→ THE INPUT:
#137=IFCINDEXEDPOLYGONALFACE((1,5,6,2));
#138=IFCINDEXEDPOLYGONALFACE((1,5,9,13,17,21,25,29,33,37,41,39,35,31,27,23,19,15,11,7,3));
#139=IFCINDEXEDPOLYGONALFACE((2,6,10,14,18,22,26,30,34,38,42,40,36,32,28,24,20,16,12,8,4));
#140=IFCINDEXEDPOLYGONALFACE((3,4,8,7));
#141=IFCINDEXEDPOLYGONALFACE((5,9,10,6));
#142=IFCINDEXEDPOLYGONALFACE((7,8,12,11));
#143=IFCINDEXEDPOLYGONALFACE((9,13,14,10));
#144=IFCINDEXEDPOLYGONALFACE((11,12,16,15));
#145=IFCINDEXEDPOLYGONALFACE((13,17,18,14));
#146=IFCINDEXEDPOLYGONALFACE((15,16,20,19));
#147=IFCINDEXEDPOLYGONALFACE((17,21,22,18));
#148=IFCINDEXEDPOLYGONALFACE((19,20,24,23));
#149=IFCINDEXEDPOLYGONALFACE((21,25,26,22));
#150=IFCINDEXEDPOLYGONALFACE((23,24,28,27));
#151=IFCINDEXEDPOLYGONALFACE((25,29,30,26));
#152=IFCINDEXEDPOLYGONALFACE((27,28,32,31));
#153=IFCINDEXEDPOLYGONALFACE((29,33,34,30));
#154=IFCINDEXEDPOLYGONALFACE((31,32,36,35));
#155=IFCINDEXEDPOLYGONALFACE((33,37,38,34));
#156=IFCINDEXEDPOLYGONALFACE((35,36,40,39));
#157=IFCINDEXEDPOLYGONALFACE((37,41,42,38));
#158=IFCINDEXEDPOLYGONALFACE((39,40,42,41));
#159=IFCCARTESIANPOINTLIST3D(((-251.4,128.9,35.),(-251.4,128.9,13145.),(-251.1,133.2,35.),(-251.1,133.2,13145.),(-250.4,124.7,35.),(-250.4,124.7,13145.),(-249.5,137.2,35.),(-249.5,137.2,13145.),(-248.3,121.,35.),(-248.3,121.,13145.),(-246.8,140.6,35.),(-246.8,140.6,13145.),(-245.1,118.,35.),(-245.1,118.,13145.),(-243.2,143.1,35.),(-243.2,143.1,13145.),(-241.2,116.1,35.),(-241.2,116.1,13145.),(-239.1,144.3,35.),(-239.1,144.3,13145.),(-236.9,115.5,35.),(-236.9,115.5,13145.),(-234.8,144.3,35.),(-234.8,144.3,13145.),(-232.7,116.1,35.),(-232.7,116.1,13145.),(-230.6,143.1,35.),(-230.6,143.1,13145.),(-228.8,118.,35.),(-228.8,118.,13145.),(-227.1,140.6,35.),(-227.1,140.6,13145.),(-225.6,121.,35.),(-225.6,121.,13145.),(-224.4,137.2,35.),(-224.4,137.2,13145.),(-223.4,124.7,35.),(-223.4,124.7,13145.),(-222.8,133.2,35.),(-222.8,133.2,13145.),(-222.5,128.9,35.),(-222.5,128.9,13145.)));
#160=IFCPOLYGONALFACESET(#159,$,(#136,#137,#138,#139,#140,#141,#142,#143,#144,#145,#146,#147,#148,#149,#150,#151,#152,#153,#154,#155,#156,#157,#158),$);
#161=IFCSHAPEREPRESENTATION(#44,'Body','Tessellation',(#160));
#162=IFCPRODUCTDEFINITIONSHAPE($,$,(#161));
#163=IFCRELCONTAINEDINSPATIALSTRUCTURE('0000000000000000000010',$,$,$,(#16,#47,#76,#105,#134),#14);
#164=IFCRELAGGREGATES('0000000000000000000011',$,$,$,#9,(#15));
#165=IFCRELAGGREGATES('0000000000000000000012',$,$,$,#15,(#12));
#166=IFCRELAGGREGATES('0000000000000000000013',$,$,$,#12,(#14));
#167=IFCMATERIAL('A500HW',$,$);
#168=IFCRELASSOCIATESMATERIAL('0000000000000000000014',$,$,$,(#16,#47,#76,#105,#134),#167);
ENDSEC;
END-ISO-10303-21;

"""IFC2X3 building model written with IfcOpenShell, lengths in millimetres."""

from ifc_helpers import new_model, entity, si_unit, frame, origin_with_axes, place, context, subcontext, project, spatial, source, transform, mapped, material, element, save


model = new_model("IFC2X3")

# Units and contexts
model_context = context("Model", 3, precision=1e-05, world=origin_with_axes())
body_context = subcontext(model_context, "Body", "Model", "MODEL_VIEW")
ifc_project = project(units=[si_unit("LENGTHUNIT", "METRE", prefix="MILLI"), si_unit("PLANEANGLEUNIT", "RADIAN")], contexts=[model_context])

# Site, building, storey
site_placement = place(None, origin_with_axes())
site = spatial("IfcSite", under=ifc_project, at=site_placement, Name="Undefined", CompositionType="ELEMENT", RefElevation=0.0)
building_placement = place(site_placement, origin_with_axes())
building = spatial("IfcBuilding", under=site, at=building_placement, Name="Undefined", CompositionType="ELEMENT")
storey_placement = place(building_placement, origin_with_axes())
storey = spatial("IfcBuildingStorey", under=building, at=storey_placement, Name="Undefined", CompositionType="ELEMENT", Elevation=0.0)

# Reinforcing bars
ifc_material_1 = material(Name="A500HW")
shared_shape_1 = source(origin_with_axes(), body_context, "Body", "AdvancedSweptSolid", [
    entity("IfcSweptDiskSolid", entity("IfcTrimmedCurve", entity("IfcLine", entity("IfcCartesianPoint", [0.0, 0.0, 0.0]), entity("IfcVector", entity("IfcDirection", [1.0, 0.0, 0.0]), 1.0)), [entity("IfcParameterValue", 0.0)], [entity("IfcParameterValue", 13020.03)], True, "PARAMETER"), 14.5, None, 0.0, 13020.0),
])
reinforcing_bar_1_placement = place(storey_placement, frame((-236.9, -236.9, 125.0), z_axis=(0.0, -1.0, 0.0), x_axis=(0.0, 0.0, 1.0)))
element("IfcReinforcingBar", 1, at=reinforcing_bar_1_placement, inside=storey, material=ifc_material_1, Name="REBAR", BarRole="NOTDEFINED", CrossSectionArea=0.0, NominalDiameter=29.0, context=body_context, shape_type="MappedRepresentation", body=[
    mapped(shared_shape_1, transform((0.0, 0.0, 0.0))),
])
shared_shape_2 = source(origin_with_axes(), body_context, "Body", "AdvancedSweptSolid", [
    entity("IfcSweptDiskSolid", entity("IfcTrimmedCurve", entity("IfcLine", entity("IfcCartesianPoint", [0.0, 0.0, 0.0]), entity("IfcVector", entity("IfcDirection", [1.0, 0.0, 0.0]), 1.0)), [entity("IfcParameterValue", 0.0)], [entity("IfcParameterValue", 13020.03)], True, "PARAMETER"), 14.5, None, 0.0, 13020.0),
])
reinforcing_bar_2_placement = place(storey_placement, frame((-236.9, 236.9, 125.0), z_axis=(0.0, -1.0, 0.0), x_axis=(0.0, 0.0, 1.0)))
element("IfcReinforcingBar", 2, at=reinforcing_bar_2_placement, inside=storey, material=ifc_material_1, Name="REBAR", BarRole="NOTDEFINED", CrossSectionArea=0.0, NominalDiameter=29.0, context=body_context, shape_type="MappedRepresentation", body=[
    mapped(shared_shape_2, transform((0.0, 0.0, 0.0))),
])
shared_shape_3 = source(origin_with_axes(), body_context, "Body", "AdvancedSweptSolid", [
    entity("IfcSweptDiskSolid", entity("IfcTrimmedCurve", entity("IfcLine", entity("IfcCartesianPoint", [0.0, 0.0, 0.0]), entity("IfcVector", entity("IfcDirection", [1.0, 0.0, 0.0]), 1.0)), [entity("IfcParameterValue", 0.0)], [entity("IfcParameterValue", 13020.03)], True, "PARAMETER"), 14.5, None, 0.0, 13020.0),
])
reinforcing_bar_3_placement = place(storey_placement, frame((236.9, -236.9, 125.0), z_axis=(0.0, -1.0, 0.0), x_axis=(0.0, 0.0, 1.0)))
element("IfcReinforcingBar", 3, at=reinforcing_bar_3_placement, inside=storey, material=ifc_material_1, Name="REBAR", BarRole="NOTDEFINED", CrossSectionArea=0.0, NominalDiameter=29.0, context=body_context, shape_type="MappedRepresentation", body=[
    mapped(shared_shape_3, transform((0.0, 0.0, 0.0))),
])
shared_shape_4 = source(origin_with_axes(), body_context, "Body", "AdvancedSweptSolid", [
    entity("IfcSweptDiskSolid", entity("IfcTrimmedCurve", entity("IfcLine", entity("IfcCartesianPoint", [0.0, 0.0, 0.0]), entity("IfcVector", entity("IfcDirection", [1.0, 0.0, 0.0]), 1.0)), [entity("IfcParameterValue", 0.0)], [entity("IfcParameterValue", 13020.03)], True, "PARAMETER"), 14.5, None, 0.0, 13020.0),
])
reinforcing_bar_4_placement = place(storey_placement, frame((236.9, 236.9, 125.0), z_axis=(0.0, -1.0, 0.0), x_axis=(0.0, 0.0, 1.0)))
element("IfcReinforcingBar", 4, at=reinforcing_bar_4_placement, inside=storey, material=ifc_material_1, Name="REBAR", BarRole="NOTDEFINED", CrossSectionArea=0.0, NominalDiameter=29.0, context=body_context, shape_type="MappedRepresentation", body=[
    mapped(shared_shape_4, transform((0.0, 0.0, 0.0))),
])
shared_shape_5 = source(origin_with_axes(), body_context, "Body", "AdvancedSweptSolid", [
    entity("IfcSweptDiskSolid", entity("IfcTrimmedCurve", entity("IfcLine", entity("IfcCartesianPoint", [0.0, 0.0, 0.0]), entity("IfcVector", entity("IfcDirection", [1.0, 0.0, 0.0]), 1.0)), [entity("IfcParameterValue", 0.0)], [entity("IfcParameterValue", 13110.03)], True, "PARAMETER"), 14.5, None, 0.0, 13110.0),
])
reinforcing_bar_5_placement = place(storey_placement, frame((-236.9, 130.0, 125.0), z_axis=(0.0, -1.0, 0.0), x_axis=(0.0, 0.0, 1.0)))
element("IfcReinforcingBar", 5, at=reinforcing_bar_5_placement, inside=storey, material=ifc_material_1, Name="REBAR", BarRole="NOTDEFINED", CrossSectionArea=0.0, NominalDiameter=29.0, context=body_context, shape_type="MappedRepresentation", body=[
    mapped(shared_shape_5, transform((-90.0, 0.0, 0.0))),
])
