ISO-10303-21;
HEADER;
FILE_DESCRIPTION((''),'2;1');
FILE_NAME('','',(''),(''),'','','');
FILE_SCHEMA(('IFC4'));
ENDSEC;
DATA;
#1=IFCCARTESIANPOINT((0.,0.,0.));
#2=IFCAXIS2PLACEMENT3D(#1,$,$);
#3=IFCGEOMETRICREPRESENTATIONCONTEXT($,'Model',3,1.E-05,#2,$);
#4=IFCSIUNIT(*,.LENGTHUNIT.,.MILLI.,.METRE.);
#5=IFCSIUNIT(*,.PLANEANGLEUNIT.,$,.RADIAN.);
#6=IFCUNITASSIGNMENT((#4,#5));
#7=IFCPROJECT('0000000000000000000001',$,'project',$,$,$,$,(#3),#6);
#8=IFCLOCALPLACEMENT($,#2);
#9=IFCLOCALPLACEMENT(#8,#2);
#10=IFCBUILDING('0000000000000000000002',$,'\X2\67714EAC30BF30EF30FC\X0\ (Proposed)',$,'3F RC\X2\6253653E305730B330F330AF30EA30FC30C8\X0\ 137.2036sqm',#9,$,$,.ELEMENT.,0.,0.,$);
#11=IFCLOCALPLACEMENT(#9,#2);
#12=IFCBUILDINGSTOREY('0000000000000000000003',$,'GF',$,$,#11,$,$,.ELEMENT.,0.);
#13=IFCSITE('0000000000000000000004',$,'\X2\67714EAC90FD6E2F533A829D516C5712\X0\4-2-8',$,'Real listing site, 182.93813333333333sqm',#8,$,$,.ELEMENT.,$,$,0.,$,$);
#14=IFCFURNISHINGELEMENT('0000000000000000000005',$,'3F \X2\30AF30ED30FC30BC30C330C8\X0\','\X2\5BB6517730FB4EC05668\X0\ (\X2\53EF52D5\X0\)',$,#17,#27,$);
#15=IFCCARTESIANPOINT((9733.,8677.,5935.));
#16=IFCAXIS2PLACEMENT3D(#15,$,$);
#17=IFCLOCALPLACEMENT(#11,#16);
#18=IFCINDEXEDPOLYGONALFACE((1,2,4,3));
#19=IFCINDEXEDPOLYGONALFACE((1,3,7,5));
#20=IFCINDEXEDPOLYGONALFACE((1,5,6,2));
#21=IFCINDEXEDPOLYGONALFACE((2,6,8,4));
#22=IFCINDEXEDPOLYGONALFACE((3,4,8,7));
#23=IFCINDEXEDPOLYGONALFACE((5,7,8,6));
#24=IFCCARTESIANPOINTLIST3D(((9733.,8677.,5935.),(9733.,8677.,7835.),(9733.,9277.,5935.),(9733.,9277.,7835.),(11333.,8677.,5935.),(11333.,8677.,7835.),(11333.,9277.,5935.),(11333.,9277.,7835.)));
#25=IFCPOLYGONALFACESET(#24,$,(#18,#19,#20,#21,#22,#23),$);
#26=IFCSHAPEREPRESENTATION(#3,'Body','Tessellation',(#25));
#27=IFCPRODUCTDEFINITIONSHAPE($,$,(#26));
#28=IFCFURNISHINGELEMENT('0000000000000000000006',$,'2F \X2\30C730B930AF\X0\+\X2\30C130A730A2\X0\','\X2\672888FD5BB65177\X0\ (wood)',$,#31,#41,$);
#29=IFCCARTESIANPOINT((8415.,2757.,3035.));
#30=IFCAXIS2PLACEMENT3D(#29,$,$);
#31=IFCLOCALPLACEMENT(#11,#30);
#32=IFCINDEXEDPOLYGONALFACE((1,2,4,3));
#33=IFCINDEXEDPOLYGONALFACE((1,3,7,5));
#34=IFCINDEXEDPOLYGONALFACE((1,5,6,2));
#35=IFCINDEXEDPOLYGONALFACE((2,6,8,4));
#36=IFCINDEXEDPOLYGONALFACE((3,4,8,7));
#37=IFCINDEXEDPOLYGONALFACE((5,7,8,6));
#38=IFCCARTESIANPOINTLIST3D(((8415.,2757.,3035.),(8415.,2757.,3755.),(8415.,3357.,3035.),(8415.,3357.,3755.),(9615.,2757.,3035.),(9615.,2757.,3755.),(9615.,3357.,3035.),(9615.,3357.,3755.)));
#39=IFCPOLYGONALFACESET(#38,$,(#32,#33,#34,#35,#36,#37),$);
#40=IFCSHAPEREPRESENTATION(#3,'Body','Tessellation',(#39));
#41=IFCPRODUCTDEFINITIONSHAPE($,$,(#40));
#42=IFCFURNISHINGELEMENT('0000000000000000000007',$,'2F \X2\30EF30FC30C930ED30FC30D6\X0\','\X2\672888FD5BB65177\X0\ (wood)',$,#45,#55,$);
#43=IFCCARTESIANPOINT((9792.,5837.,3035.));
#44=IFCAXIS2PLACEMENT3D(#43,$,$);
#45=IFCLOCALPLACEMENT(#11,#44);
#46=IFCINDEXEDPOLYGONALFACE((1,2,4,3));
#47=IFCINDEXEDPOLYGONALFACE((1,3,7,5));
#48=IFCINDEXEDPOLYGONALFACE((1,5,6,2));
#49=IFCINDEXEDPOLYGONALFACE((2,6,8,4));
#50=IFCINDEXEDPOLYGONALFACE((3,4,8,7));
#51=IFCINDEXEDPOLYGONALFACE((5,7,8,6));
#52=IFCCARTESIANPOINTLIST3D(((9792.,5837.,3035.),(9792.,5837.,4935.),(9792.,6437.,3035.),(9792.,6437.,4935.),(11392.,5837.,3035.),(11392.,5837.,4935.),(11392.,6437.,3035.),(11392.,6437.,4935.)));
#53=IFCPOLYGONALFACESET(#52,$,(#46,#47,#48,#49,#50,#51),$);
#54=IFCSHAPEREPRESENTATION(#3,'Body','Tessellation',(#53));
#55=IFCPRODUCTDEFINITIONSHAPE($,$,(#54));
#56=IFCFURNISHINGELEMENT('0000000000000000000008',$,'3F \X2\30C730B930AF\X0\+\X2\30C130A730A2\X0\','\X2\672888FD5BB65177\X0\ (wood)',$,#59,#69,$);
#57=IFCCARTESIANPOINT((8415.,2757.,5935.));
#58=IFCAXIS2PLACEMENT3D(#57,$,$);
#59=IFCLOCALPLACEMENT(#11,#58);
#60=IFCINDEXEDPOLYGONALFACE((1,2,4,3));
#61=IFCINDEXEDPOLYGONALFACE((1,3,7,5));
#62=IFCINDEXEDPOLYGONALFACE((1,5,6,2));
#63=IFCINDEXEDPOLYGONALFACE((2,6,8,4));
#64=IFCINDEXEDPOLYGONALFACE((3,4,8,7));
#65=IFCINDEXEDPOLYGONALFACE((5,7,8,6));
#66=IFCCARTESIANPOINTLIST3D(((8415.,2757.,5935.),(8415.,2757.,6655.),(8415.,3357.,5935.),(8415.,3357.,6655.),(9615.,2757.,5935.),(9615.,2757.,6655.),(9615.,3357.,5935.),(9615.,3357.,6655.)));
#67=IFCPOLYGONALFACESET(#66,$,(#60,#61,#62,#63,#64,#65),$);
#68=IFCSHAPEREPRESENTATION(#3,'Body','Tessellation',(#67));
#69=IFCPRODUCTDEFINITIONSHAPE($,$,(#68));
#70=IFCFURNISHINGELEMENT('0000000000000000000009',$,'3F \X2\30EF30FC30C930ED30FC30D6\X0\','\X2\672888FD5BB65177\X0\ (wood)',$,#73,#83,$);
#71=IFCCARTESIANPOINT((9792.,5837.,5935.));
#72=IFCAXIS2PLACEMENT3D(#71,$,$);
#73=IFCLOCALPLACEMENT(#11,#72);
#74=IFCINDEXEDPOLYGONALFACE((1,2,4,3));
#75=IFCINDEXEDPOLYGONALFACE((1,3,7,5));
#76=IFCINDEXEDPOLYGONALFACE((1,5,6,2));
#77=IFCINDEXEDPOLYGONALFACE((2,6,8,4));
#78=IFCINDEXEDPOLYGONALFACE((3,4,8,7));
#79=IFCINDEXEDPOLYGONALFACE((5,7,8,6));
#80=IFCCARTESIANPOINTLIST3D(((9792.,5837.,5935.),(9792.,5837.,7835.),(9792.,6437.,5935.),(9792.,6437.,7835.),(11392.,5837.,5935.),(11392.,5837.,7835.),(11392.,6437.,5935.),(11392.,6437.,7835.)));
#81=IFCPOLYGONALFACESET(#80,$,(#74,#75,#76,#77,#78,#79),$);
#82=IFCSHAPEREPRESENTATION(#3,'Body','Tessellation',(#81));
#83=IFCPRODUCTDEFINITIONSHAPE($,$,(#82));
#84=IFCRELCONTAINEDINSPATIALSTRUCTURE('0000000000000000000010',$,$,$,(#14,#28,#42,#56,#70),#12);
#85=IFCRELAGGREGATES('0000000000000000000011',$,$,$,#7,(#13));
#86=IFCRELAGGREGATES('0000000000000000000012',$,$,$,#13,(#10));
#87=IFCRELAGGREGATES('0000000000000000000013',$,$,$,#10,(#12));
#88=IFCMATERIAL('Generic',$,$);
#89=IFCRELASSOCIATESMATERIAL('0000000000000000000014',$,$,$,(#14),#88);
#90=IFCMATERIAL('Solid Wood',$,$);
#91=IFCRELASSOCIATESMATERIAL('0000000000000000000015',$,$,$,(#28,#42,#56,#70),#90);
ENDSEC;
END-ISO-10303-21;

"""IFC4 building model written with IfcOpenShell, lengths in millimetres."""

from ifc_helpers import new_model, si_unit, frame, frame_2d, origin, place, context, project, spatial, rectangle, extrude, material, element, save


model = new_model("IFC4")

# Units and contexts
model_context = context("Model", 3, precision=1e-05, world=origin())
ifc_project = project(units=[si_unit("LENGTHUNIT", "METRE", prefix="MILLI"), si_unit("PLANEANGLEUNIT", "RADIAN")], contexts=[model_context])

# Site, building, storey
site_placement = place(None, origin())
site = spatial("IfcSite", under=ifc_project, at=site_placement, Name="東京都港区芝公園4-2-8", ObjectType="Real listing site, 182.93813333333333sqm", CompositionType="ELEMENT", RefElevation=0.0)
building_placement = place(site_placement, origin())
building = spatial("IfcBuilding", under=site, at=building_placement, Name="東京タワー (Proposed)", ObjectType="3F RC打放しコンクリート 137.2036sqm", CompositionType="ELEMENT", ElevationOfRefHeight=0.0, ElevationOfTerrain=0.0)
storey_placement = place(building_placement, origin())
storey = spatial("IfcBuildingStorey", under=building, at=storey_placement, Name="GF", CompositionType="ELEMENT", Elevation=0.0)

# Shared definitions
ifc_material_1 = material(Name="Solid Wood")

# Furnishing elements
ifc_material_2 = material(Name="Generic")
furnishing_1_placement = place(storey_placement, frame((9733.0, 8677.0, 5935.0)))
element("IfcFurnishingElement", 1, at=furnishing_1_placement, inside=storey, material=ifc_material_2, Name="3F クローゼット", Description="家具・什器 (可動)", context=model_context, shape_type="SweptSolid", body=[
    extrude(rectangle(XDim=1600.0, YDim=600.0, at=frame_2d((800.0, 300.0))), frame((9733.0, 8677.0, 5935.0)), (0.0, 0.0, 1.0), 1900.0),
])
furnishing_2_placement = place(storey_placement, frame((8415.0, 2757.0, 3035.0)))
element("IfcFurnishingElement", 2, at=furnishing_2_placement, inside=storey, material=ifc_material_1, Name="2F デスク+チェア", Description="木製家具 (wood)", context=model_context, shape_type="SweptSolid", body=[
    extrude(rectangle(XDim=1200.0, YDim=600.0, at=frame_2d((600.0, 300.0))), frame((8415.0, 2757.0, 3035.0)), (0.0, 0.0, 1.0), 720.0),
])
furnishing_3_placement = place(storey_placement, frame((9792.0, 5837.0, 3035.0)))
element("IfcFurnishingElement", 3, at=furnishing_3_placement, inside=storey, material=ifc_material_1, Name="2F ワードローブ", Description="木製家具 (wood)", context=model_context, shape_type="SweptSolid", body=[
    extrude(rectangle(XDim=1600.0, YDim=600.0, at=frame_2d((800.0, 300.0))), frame((9792.0, 5837.0, 3035.0)), (0.0, 0.0, 1.0), 1900.0),
])
furnishing_4_placement = place(storey_placement, frame((8415.0, 2757.0, 5935.0)))
element("IfcFurnishingElement", 4, at=furnishing_4_placement, inside=storey, material=ifc_material_1, Name="3F デスク+チェア", Description="木製家具 (wood)", context=model_context, shape_type="SweptSolid", body=[
    extrude(rectangle(XDim=1200.0, YDim=600.0, at=frame_2d((600.0, 300.0))), frame((8415.0, 2757.0, 5935.0)), (0.0, 0.0, 1.0), 720.0),
])
furnishing_5_placement = place(storey_placement, frame((9792.0, 5837.0, 5935.0)))
element("IfcFurnishingElement", 5, at=furnishing_5_placement, inside=storey, material=ifc_material_1, Name="3F ワードローブ", Description="木製家具 (wood)", context=model_context, shape_type="SweptSolid", body=[
    extrude(rectangle(XDim=1600.0, YDim=600.0, at=frame_2d((800.0, 300.0))), frame((9792.0, 5837.0, 5935.0)), (0.0, 0.0, 1.0), 1900.0),
])

save(model, "model.ifc")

→ WHAT THE TASK ASKS: Exact reproduction is required. Give the lines of the data from its first line through the line containing "#144=IFCINDEXEDPOLYGONALFACE((11,12,16,15));", and no others.

→ EXERCISE RESPONSE:
#137=IFCINDEXEDPOLYGONALFACE((1,5,6,2));
#138=IFCINDEXEDPOLYGONALFACE((1,5,9,13,17,21,25,29,33,37,41,39,35,31,27,23,19,15,11,7,3));
#139=IFCINDEXEDPOLYGONALFACE((2,6,10,14,18,22,26,30,34,38,42,40,36,32,28,24,20,16,12,8,4));
#140=IFCINDEXEDPOLYGONALFACE((3,4,8,7));
#141=IFCINDEXEDPOLYGONALFACE((5,9,10,6));
#142=IFCINDEXEDPOLYGONALFACE((7,8,12,11));
#143=IFCINDEXEDPOLYGONALFACE((9,13,14,10));
#144=IFCINDEXEDPOLYGONALFACE((11,12,16,15));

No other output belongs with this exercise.